• GOAL OF THE EXERCISE:
Stop after the line with "#134=IFCINDEXEDPOLYGONALFACE((5,7,8,6));"; until then, please copy every line of the records word for word from the first.

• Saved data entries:
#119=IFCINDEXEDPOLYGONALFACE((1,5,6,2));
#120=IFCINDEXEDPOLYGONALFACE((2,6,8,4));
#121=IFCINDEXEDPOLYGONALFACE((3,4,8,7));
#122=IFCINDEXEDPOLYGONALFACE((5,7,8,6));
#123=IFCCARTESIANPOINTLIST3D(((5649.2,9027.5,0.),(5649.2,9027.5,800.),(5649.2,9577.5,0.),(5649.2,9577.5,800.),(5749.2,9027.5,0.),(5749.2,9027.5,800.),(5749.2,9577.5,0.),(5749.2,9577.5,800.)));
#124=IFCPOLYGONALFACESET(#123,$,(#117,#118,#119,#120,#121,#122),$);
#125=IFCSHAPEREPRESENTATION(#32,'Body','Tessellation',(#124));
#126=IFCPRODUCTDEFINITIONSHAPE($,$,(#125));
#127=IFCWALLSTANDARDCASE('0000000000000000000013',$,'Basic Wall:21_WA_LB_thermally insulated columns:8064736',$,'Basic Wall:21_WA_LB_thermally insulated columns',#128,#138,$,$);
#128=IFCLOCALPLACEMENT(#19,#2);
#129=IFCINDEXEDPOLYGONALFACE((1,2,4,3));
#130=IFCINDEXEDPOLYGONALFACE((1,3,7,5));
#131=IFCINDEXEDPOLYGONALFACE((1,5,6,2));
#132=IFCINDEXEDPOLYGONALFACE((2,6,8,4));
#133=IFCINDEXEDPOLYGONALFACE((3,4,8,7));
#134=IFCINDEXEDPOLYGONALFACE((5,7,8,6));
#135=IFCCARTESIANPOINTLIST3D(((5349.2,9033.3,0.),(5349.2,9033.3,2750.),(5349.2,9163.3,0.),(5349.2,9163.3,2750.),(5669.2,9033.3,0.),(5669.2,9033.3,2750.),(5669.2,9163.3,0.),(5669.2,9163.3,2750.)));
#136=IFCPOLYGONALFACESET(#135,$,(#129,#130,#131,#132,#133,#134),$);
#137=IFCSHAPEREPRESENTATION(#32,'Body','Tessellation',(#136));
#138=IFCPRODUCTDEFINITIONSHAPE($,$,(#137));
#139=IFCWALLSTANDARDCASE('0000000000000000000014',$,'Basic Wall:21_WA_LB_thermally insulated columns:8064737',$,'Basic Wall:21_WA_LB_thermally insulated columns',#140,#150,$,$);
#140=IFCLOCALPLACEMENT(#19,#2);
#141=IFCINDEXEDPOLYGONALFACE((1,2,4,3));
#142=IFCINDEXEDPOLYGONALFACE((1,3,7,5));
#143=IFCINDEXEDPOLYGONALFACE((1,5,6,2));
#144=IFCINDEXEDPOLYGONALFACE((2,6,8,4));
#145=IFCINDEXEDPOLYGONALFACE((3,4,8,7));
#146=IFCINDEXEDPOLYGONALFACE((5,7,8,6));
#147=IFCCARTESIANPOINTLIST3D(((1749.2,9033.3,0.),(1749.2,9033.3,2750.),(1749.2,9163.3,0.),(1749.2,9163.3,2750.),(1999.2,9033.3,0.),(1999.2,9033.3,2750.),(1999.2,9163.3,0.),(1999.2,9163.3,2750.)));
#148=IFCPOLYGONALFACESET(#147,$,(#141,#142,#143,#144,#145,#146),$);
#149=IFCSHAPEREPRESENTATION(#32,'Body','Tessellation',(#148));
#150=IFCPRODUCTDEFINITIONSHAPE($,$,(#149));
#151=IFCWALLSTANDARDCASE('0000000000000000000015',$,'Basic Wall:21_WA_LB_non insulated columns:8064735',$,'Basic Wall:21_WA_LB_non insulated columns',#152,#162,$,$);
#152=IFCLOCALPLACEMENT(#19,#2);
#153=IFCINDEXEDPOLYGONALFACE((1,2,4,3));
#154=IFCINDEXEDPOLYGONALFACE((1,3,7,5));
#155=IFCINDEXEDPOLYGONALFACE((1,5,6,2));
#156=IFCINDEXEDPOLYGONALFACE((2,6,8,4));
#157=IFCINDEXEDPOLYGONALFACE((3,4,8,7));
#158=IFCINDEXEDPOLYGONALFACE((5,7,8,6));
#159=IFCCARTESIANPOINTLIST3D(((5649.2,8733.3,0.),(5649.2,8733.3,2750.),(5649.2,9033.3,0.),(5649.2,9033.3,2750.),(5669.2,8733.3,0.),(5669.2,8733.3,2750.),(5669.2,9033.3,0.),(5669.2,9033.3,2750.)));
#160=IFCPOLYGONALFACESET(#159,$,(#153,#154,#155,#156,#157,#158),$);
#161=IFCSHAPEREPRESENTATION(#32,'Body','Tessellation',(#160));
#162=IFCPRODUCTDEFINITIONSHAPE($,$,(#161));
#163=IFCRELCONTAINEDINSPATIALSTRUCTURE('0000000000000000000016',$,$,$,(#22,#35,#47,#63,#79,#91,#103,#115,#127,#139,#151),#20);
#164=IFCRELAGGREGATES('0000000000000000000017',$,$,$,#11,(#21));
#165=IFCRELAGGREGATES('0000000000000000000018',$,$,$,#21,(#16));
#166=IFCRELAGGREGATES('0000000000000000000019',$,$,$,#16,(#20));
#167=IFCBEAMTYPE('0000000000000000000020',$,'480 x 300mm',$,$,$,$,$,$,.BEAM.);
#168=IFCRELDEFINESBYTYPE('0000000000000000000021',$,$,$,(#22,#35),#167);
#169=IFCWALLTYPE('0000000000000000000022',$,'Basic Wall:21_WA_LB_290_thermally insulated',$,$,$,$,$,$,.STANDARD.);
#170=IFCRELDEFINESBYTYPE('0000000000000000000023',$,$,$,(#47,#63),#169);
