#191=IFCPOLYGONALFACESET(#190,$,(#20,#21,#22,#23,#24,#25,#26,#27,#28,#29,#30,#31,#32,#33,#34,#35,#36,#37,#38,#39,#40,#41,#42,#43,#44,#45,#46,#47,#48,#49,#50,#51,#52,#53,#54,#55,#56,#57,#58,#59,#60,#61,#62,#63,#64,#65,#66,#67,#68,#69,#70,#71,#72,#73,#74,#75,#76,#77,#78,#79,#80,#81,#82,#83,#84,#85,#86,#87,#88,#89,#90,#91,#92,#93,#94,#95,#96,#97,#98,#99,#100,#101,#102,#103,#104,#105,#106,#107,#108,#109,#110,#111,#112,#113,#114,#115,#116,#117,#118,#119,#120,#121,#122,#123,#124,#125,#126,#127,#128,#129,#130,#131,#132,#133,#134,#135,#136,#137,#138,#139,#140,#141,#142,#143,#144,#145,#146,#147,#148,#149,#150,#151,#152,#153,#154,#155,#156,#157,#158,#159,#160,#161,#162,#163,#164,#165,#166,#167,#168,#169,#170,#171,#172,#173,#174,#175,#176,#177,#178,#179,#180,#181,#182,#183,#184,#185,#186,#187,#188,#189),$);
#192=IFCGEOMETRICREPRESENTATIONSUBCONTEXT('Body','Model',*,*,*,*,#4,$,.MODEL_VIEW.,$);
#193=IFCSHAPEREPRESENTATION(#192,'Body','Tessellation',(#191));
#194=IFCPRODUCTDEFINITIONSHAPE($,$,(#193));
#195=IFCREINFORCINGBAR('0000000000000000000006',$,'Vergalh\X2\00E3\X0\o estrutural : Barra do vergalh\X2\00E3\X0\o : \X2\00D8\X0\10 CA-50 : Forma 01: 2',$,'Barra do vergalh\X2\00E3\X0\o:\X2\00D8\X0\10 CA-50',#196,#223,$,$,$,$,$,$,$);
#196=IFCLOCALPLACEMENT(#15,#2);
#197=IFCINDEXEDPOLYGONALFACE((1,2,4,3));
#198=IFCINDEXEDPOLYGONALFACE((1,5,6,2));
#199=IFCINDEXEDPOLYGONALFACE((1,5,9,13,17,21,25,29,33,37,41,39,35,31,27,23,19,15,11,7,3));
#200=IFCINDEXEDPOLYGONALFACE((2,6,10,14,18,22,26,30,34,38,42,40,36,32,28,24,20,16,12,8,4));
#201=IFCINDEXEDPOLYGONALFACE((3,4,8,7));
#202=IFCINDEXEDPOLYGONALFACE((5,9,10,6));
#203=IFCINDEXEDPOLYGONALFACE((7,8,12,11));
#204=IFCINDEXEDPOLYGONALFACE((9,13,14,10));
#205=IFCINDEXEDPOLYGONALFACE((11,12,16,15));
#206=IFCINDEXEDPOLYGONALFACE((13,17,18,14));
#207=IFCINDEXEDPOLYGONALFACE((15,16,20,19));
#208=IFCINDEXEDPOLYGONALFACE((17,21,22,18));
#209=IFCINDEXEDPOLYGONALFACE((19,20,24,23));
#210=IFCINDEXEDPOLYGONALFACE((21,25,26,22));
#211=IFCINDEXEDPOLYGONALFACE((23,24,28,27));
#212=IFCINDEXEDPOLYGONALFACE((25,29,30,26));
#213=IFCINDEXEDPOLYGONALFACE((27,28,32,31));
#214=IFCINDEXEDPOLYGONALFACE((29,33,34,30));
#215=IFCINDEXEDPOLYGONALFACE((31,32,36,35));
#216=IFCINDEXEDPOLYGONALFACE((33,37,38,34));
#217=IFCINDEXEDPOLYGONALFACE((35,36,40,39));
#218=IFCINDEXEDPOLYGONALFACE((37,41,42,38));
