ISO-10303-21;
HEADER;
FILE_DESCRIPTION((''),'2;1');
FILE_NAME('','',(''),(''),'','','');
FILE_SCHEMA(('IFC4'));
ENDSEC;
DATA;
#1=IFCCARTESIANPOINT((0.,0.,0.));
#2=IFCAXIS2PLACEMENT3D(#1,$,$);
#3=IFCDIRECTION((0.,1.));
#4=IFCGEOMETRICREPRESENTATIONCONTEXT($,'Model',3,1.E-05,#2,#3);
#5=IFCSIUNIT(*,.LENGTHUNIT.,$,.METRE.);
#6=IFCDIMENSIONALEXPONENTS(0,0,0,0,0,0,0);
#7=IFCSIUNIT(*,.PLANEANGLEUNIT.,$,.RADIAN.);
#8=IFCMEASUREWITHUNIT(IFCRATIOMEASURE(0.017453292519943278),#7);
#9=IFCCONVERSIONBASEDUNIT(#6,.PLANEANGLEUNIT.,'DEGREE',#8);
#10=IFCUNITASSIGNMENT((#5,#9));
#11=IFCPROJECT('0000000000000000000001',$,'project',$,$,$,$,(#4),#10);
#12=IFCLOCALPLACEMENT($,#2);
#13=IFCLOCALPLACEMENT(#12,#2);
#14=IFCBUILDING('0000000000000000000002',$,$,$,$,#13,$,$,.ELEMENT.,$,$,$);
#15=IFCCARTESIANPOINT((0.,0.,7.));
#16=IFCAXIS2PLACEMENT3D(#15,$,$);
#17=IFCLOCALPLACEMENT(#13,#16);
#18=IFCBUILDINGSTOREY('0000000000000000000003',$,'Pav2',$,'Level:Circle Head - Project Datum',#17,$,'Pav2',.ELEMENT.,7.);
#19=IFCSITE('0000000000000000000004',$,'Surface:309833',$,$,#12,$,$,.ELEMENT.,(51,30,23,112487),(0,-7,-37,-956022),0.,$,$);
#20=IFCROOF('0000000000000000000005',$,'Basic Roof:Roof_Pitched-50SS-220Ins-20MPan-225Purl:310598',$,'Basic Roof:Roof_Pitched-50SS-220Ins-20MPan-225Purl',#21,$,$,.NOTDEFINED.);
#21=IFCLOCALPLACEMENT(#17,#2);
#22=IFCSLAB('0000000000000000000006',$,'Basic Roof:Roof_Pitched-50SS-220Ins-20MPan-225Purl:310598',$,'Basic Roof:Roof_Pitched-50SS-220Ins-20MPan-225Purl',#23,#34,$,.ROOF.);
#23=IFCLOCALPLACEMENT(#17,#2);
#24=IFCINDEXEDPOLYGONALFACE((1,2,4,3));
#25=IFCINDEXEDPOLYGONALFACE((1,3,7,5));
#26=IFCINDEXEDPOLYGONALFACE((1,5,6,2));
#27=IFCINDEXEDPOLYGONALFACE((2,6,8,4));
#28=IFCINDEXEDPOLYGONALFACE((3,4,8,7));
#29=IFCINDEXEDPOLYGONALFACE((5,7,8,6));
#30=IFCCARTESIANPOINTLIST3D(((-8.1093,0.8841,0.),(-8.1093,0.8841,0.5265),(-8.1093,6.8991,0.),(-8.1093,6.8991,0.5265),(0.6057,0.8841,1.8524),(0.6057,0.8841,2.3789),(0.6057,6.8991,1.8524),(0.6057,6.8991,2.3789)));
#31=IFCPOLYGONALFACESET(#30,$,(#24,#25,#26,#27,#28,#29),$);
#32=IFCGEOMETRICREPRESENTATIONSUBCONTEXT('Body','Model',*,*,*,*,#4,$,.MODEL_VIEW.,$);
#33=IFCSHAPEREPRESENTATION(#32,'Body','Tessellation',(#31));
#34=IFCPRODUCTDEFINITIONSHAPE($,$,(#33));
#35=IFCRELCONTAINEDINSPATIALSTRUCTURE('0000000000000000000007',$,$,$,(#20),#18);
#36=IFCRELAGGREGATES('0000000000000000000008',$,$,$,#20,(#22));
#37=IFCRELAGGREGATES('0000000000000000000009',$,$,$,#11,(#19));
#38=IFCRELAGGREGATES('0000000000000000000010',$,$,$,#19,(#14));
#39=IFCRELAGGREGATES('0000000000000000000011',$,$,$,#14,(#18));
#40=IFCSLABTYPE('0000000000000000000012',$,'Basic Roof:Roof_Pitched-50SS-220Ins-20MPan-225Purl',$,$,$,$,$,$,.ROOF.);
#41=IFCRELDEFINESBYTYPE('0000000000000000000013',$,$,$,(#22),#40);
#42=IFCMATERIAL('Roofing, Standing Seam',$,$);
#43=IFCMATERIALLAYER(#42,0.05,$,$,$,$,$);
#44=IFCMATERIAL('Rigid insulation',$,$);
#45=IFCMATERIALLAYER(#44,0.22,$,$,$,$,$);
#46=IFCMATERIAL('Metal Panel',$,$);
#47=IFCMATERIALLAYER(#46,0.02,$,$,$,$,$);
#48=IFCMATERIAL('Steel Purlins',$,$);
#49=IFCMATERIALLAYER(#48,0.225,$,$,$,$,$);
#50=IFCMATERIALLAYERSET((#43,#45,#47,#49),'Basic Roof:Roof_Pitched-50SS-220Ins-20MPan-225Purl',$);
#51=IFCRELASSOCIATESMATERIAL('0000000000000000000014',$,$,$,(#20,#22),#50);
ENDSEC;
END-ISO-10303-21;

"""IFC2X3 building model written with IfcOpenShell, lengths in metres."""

from ifc_helpers import new_model, entity, si_unit, converted_unit, direction, frame, origin, origin_2d_with_axis, place, context, subcontext, project, spatial, rectangle, extrude, material, layer, layer_set, type_object, element, aggregate, save


model = new_model("IFC2X3")

# Units and contexts
model_context = context("Model", 3, precision=1e-05, world=origin(), true_north=direction((0.0, 1.0)))
body_context = subcontext(model_context, "Body", "Model", "MODEL_VIEW")
ifc_project = project(units=[si_unit("LENGTHUNIT", "METRE"), converted_unit("PLANEANGLEUNIT", "DEGREE", entity("IfcRatioMeasure", 0.017453292519943278), si_unit("PLANEANGLEUNIT", "RADIAN"), dimensions=[0, 0, 0, 0, 0, 0, 0])], contexts=[model_context])

# Site, building, storey
site_placement = place(None, origin())
site = spatial("IfcSite", under=ifc_project, at=site_placement, Name="Surface:309833", CompositionType="ELEMENT", RefLatitude=(51, 30, 23, 112487), RefLongitude=(0, -7, -37, -956022), RefElevation=0.0)
building_placement = place(site_placement, origin())
building = spatial("IfcBuilding", under=site, at=building_placement, CompositionType="ELEMENT")
storey_placement = place(building_placement, frame((0.0, 0.0, 7.0)))
storey = spatial("IfcBuildingStorey", under=building, at=storey_placement, Name="Pav2", ObjectType="Level:Circle Head - Project Datum", LongName="Pav2", CompositionType="ELEMENT", Elevation=7.0)

# Roof, slab
ifc_material_1 = material(Name="Roofing, Standing Seam")
ifc_layer_1 = layer(ifc_material_1, 0.05)
ifc_material_2 = material(Name="Rigid insulation")
ifc_layer_2 = layer(ifc_material_2, 0.22)
ifc_material_3 = material(Name="Metal Panel")
ifc_layer_3 = layer(ifc_material_3, 0.02)
ifc_material_4 = material(Name="Steel Purlins")
ifc_layer_4 = layer(ifc_material_4, 0.225)
ifc_layer_set = layer_set([ifc_layer_1, ifc_layer_2, ifc_layer_3, ifc_layer_4], Name="Basic Roof:Roof_Pitched-50SS-220Ins-20MPan-225Purl")
roof_placement = place(storey_placement, frame((-8.1093, 0.8841, 0.0)))
roof = element("IfcRoof", 1, at=roof_placement, inside=storey, material=ifc_layer_set, Name="Basic Roof:Roof_Pitched-50SS-220Ins-20MPan-225Purl:310598", ObjectType="Basic Roof:Roof_Pitched-50SS-220Ins-20MPan-225Purl", ShapeType="NOTDEFINED")
slab_type = type_object("IfcSlabType", Name="Basic Roof:Roof_Pitched-50SS-220Ins-20MPan-225Purl", PredefinedType="ROOF")
slab_placement = place(roof_placement, origin())
slab = element("IfcSlab", 2, at=slab_placement, type_object=slab_type, material=ifc_layer_set, Name="Basic Roof:Roof_Pitched-50SS-220Ins-20MPan-225Purl:310598", ObjectType="Basic Roof:Roof_Pitched-50SS-220Ins-20MPan-225Purl", PredefinedType="ROOF", context=body_context, shape_type="SweptSolid", body=[
    extrude(rectangle(XDim=8.9097, YDim=6.015, at=origin_2d_with_axis()), frame((4.3575, 3.0075, 0.9262), z_axis=(-0.207912, 0.0, 0.978148), x_axis=(0.978148, 0.0, 0.207912)), (0.207912, 0.0, 0.978148), 0.5265),
])
aggregate(roof, [slab])

save(model, "model.ifc")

• SOLUTION FOR THIS PROBLEM:
#119=IFCINDEXEDPOLYGONALFACE((1,5,6,2));
#120=IFCINDEXEDPOLYGONALFACE((2,6,8,4));
#121=IFCINDEXEDPOLYGONALFACE((3,4,8,7));
#122=IFCINDEXEDPOLYGONALFACE((5,7,8,6));
#123=IFCCARTESIANPOINTLIST3D(((5649.2,9027.5,0.),(5649.2,9027.5,800.),(5649.2,9577.5,0.),(5649.2,9577.5,800.),(5749.2,9027.5,0.),(5749.2,9027.5,800.),(5749.2,9577.5,0.),(5749.2,9577.5,800.)));
#124=IFCPOLYGONALFACESET(#123,$,(#117,#118,#119,#120,#121,#122),$);
#125=IFCSHAPEREPRESENTATION(#32,'Body','Tessellation',(#124));
#126=IFCPRODUCTDEFINITIONSHAPE($,$,(#125));
#127=IFCWALLSTANDARDCASE('0000000000000000000013',$,'Basic Wall:21_WA_LB_thermally insulated columns:8064736',$,'Basic Wall:21_WA_LB_thermally insulated columns',#128,#138,$,$);
#128=IFCLOCALPLACEMENT(#19,#2);
#129=IFCINDEXEDPOLYGONALFACE((1,2,4,3));
#130=IFCINDEXEDPOLYGONALFACE((1,3,7,5));
#131=IFCINDEXEDPOLYGONALFACE((1,5,6,2));
#132=IFCINDEXEDPOLYGONALFACE((2,6,8,4));
#133=IFCINDEXEDPOLYGONALFACE((3,4,8,7));
#134=IFCINDEXEDPOLYGONALFACE((5,7,8,6));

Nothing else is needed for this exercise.